STEREOTYPING, it could be said, removes the need to confront reality or to encounter others as they are – rather than as we wish to perceive them.
Perhaps one of the most distorted images is that of the female prostitute. Hollywood presented us with ‘Pretty Woman’, a story with a happy ending and a happy hooker who is rescued from her wayward employment by a rich and benevolent client.
The tabloid press, Hollywood, even popular fiction all love to tell us about the ‘tart with a heart’ or about women who see the light and give up earning huge sums for some more honest and respectable profession.
The reality is that there’s nothing cutesy-pie about working in the sex trade.
Many of the women are lured here from eastern Europe with a promise that they will earn lots of money to pay off debts or support family at home. Most seem not to know before they come that they will be offering sexual services rather than doing a regular job. Once they get here, they are threatened, coerced and beaten if they baulk at selling sex.
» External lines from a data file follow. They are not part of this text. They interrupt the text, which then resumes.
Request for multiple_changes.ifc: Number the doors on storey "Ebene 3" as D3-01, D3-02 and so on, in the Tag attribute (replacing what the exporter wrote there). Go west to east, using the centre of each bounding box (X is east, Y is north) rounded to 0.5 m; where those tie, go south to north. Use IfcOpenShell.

First a look at what the model holds.

```python
import ifcopenshell
import ifcopenshell.util.element
import ifcopenshell.util.placement

model = ifcopenshell.open("multiple_changes.ifc")
print(model.schema)
storey = next(s for s in model.by_type("IfcBuildingStorey") if s.Name == "Ebene 3")
doors = [e for e in ifcopenshell.util.element.get_decomposition(storey) if e.is_a("IfcDoor")]
for e in sorted(doors, key=lambda e: e.id()):
    origin = ifcopenshell.util.placement.get_local_placement(e.ObjectPlacement)[:3, 3]
    print(e.id(), e.Tag, e.Name, origin.round(2) + 0.0, sep=" | ")
```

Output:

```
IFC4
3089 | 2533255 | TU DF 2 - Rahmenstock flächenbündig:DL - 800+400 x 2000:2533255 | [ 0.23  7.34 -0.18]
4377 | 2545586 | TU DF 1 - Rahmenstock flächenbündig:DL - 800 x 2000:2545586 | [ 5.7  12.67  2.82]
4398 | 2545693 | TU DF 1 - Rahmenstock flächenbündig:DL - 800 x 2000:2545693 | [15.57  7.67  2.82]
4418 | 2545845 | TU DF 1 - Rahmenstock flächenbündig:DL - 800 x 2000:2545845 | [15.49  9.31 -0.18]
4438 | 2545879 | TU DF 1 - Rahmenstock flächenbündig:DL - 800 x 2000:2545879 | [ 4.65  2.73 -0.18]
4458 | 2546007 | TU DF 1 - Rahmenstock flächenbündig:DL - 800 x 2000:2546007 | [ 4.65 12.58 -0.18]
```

```python
import ifcopenshell
import ifcopenshell.geom
import ifcopenshell.util.element
import ifcopenshell.util.shape

model = ifcopenshell.open("multiple_changes.ifc")
settings = ifcopenshell.geom.settings()
settings.set("use-world-coords", True)


def centre(element):
    shape = ifcopenshell.geom.create_shape(settings, element)
    return ifcopenshell.util.shape.get_bbox_centroid(shape.geometry)


storey = next(s for s in model.by_type("IfcBuildingStorey") if s.Name == "Ebene 3")
doors = [e for e in ifcopenshell.util.element.get_decomposition(storey) if e.is_a("IfcDoor")]

# Insertion points can sit at a corner or the storey origin, so sort by the geometry (in metres).
centres = {e: centre(e) for e in doors}
doors.sort(key=lambda e: (round(centres[e][0] / 0.5), centres[e][1]))

for i, e in enumerate(doors, start=1):
    number = f"D3-{i:02d}"
    e.Tag = number
    print(e.id(), number)

model.write("multiple_changes_rev.ifc")
```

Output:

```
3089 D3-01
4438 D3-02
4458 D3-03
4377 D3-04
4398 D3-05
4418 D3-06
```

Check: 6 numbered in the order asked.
In many brothels, refusing to have sex without a condom or refusing anal sex is punished with a beating from the security man or a fine of €400. Many say they are terrified. All say they hate the work.
For some women, it is the only way they can escape grinding poverty. For more, selling sex is their escape from being beaten or, as one brothel keeper is known to do, scarred for life. Others sell their services to pay for their addiction. In the emergency section of the Novas initiative homeless service there are currently nine women, all of them Irish, eight of them working in the sex trade and three of them are pregnant.
There are many arguments about how the situation should be handled. Some argue for the creation of legal prostitution where the women have a greater degree of protection and support. Others argue for the criminalisation of buying sex.
While there is huge money to be made – and there are fortunes being amassed – from the sale of sex, women will continue being abused, beaten and exploited.